Functional programming helpers for Golang using samber/lo — 500+ type-safe generic functions for slices, maps, channels, strings, math, tuples, and concurrency (Map, Filter, Reduce, GroupBy, Chunk, Flatten, Find, Uniq, etc.). Core immutable package (lo), concurrent variants (lo/parallel aka lop), in-place mutations (lo/mutable aka lom), lazy iterators (lo/it aka loi for Go 1.23+), and experimental SIMD (lo/exp/simd). Apply when using or adopting samber/lo, when the codebase imports github.com/samber/lo, or when implementing functional-style data transformations in Go.

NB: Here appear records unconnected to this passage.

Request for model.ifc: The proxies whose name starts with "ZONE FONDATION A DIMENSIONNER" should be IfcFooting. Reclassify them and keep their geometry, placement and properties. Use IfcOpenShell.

First a look at what the model holds.

```python
import re

import ifcopenshell

model = ifcopenshell.open("model.ifc")
print(model.schema)
seen = {}
for e in model.by_type("IfcBuildingElementProxy"):
    name = re.sub(r":\d+(:\d+)?$", "", e.Name or "")  # drop the element id that some exporters append
    seen[name] = seen.get(name, 0) + 1
for name, count in sorted(seen.items()):
    print(count, "x", name)
```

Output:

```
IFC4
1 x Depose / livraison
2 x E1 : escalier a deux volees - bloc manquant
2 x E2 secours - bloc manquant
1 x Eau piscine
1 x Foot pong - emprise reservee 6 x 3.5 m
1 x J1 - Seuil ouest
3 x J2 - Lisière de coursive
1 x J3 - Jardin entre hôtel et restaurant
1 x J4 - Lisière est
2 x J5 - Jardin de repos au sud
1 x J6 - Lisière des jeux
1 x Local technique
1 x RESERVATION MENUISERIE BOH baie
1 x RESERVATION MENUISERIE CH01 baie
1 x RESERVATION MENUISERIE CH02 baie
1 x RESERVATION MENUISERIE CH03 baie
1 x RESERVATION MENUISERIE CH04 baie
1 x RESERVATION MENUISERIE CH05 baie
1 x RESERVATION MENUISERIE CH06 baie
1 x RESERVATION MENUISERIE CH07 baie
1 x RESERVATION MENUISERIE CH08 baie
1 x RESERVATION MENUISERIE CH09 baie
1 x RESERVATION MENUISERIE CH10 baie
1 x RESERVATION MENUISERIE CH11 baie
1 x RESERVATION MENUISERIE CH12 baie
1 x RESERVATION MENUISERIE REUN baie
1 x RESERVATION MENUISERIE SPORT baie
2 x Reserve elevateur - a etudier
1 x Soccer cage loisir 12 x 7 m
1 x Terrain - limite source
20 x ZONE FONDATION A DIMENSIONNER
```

```python
import ifcopenshell
import ifcopenshell.api.root

model = ifcopenshell.open("model.ifc")

proxies = [e.id() for e in model.by_type("IfcBuildingElementProxy") if (e.Name or "").startswith("ZONE FONDATION A DIMENSIONNER")]
for step_id in proxies:
    proxy = model.by_id(step_id)
    ifcopenshell.api.root.reassign_class(model, product=proxy, ifc_class="IfcFooting")

print(sum(model.by_id(i).is_a("IfcFooting") for i in proxies), "reclassified")

model.write("model_updated.ifc")
```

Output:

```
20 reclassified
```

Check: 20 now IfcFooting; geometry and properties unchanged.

Not for streaming pipelines (→ See golang-samber-ro skill).
89
88%
Does it follow best practices?
Impact
Pending
No eval scenarios have been run
Passed
No known issues
Quality
Discovery
100%Based on the skill's description, can an agent find and select it at the right time? Clear, specific descriptions lead to better discovery.
This is an excellent skill description that thoroughly covers specific capabilities, includes rich natural trigger terms, explicitly states both what the skill does and when to use it, and clearly distinguishes itself from related skills. The negative boundary referencing the golang-samber-ro skill is a particularly strong touch for disambiguation. Uses proper third-person voice throughout.
| Dimension | Reasoning | Score |
|---|---|---|
Specificity | Lists multiple specific concrete actions and capabilities: 500+ type-safe generic functions, specific function names (Map, Filter, Reduce, GroupBy, Chunk, Flatten, Find, Uniq), specific sub-packages (lo, lo/parallel, lo/mutable, lo/it, lo/exp/simd), and their purposes (immutable, concurrent, in-place mutations, lazy iterators, SIMD). | 3 / 3 |
Completeness | Clearly answers both 'what' (functional programming helpers with 500+ generic functions across multiple sub-packages) and 'when' with explicit triggers ('Apply when using or adopting samber/lo, when the codebase imports github.com/samber/lo, or when implementing functional-style data transformations in Go'). Also includes a negative boundary ('Not for streaming pipelines'). | 3 / 3 |
Trigger Term Quality | Excellent coverage of natural terms: 'samber/lo', 'functional programming', 'Golang', 'Go', 'slices', 'maps', 'channels', 'Map', 'Filter', 'Reduce', 'GroupBy', 'github.com/samber/lo', 'functional-style data transformations', 'generic functions'. These are terms a developer would naturally use when working with this library. | 3 / 3 |
Distinctiveness Conflict Risk | Highly distinctive — targets a specific Go library (samber/lo) with explicit import path, and even draws a clear boundary against a related skill (golang-samber-ro for streaming pipelines). Very unlikely to conflict with other skills. | 3 / 3 |
Total | 12 / 12 Passed |
Implementation
77%Reviews the quality of instructions and guidance provided to agents. Good implementation is clear, handles edge cases, and produces reliable results.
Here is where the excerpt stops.